Select Per-user MFA. Under multi-factor authentication at the top of the page, select service settings. On the service settings page, under verification options, select or clear the appropriate checkboxes. Select Save.

What is the difference between authentication and authorization in MFA? ›

Authentication and authorization are two vital information security processes that administrators use to protect systems and information. Authentication verifies the identity of a user or service, and authorization determines their access rights.

How long does enabling modern authentication take? ›

Verify Modern Authentication is enabled on the O365 tenant. This setting can take several hours to propagate across Microsoft's data centers. Duo recommends waiting at least 24 hours after enabling modern auth before adding 2FA to the authentication workflow.

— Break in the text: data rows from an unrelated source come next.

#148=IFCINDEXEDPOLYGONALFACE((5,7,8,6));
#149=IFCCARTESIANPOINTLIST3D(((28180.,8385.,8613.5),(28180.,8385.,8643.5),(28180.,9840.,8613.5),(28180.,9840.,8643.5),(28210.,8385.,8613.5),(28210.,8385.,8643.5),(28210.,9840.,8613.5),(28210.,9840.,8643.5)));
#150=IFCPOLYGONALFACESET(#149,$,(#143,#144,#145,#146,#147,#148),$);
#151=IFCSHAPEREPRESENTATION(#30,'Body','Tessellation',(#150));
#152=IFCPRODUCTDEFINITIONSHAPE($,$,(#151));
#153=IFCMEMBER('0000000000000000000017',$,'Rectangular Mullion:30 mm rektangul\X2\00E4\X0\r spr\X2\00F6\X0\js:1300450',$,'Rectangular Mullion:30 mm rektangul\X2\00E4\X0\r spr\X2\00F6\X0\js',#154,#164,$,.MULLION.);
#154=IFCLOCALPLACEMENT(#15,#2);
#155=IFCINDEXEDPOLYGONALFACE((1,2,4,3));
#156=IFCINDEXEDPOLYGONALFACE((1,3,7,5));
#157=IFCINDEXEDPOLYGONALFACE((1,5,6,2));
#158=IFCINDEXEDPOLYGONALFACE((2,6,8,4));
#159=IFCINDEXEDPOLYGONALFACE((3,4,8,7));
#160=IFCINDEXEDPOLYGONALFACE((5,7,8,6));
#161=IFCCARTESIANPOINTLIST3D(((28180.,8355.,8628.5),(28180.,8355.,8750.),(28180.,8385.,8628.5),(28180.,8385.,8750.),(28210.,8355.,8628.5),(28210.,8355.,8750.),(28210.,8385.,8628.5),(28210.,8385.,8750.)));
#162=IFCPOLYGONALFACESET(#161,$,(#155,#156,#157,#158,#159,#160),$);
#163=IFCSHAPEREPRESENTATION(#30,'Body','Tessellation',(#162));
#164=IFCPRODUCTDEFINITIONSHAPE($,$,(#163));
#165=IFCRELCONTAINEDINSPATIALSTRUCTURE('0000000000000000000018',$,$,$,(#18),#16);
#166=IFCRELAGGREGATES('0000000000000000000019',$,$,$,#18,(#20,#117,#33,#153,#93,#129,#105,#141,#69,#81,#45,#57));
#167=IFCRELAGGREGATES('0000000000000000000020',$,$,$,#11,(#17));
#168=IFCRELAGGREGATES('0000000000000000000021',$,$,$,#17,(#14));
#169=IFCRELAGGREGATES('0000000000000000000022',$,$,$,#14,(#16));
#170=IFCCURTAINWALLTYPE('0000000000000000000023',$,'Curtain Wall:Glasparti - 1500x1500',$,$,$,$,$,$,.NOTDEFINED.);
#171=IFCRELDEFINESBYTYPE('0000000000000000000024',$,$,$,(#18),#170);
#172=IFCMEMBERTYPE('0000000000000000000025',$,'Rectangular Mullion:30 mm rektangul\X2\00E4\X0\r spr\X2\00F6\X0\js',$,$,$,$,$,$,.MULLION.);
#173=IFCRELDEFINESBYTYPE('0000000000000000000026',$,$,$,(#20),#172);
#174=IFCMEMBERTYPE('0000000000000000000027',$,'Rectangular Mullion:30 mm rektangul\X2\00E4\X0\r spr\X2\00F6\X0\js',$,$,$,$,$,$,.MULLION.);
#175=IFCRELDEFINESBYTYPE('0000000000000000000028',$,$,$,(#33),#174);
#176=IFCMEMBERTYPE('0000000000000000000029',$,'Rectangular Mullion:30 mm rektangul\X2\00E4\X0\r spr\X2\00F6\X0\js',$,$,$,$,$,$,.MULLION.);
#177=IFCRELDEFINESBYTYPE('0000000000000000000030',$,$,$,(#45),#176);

What is an example of modern authentication? ›

What is modern authentication? Modern authentication is an umbrella term for a combination of authentication and authorization methods between a client (for example, your laptop or your phone) and a server, as well as some security measures that rely on access policies that you may already be familiar with.

What happens if I turn on modern authentication? ›

Modern authentication in Exchange Online enables authentication features like multi-factor authentication (MFA), smart cards, certificate-based authentication (CBA), and third-party SAML identity providers.

How do I connect to exchange with MFA? ›

To connect to Exchange Online PowerShell with MFA, you need to install the Exchange Online PowerShell V3 module. With this module, you can create a PowerShell session with both MFA and non-MFA accounts using the Connect-ExchangeOnline cmdlet.

How do I authenticate my Exchange account? ›

Connect to your Exchange Server

After you enter your email address, choose Sign In or Configure Manually. Tap Sign In to automatically discover your Exchange account information. If your account uses modern authentication, you'll be guided through a custom authentication workflow.


Top Articles
Latest Posts
Article information

Author: Merrill Bechtelar CPA

Last Updated: 14/12/2023

Views: 6171

Rating: 5 / 5 (70 voted)

Reviews: 85% of readers found this page helpful

Author information

Name: Merrill Bechtelar CPA

Birthday: 1996-05-19

Address: Apt. 114 873 White Lodge, Libbyfurt, CA 93006

Phone: +5983010455207

Job: Legacy Representative

Hobby: Blacksmithing, Urban exploration, Sudoku, Slacklining, Creative writing, Community, Letterboxing

Introduction: My name is Merrill Bechtelar CPA, I am a clean, agreeable, glorious, magnificent, witty, enchanting, comfortable person who loves writing and wants to share my knowledge and understanding with you.